To determine if the relationship shown by the data is linear, we can check if the change in \(y\) is consistent with the change in \(x\). We need to calculate the differences in \(y\) for each change in \(x\).
Given the points:
- (-7, 5)
- (-5, 9)
- (-3, 13)
- (-1, 17)
Now let's calculate the differences:
-
From (-7, 5) to (-5, 9):
- Change in \(x\): \(-5 - (-7) = 2\)
- Change in \(y\): \(9 - 5 = 4\)
-
From (-5, 9) to (-3, 13):
- Change in \(x\): \(-3 - (-5) = 2\)
- Change in \(y\): \(13 - 9 = 4\)
-
From (-3, 13) to (-1, 17):
- Change in \(x\): \(-1 - (-3) = 2\)
- Change in \(y\): \(17 - 13 = 4\)
The change in \(y\) is consistently 4 for a change in \(x\) of 2, which suggests that the data is linear.
Now, we can find the slope \(m\) of the line: \[ m = \frac{\Delta y}{\Delta x} = \frac{4}{2} = 2 \]

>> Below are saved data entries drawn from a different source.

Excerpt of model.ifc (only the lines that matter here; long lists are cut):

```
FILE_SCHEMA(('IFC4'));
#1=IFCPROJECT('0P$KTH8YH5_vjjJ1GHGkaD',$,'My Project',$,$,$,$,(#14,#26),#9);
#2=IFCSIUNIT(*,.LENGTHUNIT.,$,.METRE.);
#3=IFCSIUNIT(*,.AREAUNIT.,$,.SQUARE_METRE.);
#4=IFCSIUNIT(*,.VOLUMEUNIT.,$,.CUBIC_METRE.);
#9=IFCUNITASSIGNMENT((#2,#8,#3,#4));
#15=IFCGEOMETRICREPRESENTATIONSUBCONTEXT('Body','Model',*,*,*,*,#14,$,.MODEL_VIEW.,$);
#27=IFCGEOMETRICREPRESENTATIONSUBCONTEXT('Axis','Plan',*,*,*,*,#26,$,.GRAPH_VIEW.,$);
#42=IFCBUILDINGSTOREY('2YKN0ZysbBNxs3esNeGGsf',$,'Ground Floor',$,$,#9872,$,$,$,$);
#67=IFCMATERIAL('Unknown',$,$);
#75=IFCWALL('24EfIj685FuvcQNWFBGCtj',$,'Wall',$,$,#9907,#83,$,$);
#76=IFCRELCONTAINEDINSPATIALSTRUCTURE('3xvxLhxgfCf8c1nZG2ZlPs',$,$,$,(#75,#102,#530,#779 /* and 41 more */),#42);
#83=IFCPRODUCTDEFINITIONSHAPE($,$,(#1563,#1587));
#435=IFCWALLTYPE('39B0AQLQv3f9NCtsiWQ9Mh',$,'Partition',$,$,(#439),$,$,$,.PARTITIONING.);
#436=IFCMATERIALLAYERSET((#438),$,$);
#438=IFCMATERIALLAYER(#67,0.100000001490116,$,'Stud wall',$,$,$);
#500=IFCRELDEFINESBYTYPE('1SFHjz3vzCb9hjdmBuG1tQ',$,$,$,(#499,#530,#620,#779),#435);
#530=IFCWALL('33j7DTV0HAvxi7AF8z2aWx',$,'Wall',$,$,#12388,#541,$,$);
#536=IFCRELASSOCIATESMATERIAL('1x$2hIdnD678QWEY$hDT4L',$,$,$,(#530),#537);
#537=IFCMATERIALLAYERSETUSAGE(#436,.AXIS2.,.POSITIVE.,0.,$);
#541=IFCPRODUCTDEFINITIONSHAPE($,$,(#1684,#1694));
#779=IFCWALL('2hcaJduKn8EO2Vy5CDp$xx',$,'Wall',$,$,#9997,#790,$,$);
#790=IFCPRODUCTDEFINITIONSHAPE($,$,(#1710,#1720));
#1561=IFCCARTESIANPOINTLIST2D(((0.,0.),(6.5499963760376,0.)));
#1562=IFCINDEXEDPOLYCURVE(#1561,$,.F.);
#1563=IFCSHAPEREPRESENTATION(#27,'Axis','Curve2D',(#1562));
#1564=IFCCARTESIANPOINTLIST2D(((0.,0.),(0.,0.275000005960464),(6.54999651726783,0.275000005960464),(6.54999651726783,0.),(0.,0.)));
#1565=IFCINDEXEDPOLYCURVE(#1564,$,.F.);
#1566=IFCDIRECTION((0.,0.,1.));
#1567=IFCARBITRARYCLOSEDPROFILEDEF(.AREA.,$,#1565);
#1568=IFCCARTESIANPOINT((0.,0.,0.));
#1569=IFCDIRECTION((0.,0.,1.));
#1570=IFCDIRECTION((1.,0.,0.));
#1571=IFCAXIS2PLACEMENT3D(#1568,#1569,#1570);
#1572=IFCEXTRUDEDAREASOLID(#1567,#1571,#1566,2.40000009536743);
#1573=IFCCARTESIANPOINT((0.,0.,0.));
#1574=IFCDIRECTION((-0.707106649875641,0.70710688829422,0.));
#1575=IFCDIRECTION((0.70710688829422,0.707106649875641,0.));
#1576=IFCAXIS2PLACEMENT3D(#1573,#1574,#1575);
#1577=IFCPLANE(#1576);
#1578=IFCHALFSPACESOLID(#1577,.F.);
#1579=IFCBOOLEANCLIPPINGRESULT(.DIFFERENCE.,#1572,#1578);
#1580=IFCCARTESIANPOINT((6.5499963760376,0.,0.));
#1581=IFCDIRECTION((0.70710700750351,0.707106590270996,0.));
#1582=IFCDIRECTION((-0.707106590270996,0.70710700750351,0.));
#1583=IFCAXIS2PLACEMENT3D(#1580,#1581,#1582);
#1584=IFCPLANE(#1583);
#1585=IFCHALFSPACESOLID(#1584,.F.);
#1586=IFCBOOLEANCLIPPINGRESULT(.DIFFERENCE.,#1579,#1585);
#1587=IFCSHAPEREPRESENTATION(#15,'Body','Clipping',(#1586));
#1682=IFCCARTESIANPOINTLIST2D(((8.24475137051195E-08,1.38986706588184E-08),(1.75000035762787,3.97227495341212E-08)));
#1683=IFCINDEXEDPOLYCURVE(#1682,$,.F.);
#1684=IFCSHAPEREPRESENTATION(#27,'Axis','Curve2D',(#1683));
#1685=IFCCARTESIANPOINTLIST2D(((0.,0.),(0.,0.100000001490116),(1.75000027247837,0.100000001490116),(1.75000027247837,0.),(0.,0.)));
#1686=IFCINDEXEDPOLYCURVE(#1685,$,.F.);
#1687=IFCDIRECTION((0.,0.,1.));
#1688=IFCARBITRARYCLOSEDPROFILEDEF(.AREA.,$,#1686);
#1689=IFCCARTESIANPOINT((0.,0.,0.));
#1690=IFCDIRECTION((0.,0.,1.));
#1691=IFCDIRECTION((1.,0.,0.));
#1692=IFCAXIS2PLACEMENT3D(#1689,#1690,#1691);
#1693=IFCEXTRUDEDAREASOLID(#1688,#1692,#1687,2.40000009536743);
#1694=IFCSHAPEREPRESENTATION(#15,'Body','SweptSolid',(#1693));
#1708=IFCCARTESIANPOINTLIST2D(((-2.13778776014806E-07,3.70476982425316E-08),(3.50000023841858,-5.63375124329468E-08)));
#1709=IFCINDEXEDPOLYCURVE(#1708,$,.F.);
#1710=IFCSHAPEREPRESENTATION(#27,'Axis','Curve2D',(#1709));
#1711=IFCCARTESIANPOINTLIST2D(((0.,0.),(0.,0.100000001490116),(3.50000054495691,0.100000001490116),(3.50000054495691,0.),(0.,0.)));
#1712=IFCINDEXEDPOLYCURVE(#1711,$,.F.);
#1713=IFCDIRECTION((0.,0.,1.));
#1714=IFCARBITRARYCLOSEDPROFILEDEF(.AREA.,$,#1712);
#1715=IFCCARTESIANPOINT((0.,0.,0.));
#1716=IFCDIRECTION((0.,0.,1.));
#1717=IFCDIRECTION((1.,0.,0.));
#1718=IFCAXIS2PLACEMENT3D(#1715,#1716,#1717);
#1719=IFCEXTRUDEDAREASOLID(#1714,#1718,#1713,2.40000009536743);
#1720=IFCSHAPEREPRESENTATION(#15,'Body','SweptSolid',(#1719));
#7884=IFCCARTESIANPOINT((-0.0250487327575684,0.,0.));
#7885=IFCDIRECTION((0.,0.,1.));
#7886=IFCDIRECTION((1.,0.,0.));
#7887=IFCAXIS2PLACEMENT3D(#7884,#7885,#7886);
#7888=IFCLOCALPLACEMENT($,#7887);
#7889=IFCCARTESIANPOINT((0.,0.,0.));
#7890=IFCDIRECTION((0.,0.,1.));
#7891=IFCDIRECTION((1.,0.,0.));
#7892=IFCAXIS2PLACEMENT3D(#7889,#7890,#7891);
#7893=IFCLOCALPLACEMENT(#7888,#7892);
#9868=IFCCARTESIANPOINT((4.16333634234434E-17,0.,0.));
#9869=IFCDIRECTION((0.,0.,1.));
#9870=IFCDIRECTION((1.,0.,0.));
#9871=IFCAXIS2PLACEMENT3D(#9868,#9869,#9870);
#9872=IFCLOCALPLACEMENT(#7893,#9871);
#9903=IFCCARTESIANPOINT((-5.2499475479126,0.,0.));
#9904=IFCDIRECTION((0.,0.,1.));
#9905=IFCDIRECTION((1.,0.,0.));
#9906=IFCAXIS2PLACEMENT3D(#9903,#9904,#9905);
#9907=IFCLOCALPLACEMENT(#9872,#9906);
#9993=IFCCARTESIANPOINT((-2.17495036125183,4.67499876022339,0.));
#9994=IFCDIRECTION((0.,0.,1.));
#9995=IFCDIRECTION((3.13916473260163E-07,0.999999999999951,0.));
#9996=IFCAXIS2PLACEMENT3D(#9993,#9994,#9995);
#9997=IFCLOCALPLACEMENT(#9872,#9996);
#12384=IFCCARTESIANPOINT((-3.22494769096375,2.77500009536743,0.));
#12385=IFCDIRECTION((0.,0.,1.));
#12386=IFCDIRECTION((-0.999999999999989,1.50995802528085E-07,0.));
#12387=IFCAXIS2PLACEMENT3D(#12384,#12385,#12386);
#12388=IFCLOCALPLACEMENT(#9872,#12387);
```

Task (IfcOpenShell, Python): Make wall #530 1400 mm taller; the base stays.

```python
import ifcopenshell
import ifcopenshell.geom
import ifcopenshell.util.representation
import ifcopenshell.util.shape
import ifcopenshell.util.unit

model = ifcopenshell.open("model.ifc")
unit_scale = ifcopenshell.util.unit.calculate_unit_scale(model)
settings = ifcopenshell.geom.settings()


def volume(element):
    """Net volume in cubic metres, openings subtracted."""
    shape = ifcopenshell.geom.create_shape(settings, element)
    return ifcopenshell.util.shape.get_volume(shape.geometry)


wall = model.by_guid("33j7DTV0HAvxi7AF8z2aWx")
before = volume(wall)

body = ifcopenshell.util.representation.get_representation(wall, "Model", "Body")
solid = body.Items[0]
old_height = solid.Depth
solid.Depth += 1.4 / unit_scale
after = volume(wall)

print(f"height {old_height:g} -> {solid.Depth:g}, volume {before:.3f} -> {after:.3f} m3")

model.write("model-out.ifc")
```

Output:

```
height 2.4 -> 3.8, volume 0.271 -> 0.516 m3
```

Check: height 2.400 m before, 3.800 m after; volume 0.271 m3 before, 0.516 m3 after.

Now, we can use the slope and one of the points to find the equation of the line in slope-intercept form \(y = mx + b\). We can use the point (-7, 5) for this calculation.
Substituting \(m = 2\): \[ y = 2x + b \]
Now, plug in the point (-7, 5): \[ 5 = 2(-7) + b \] \[ 5 = -14 + b \] \[ b = 5 + 14 = 19 \]
Thus, the equation of the linear model that represents the data is: \[ y = 2x + 19 \]
In conclusion, the relationship is linear, and the linear model is given by the equation \(y = 2x + 19\).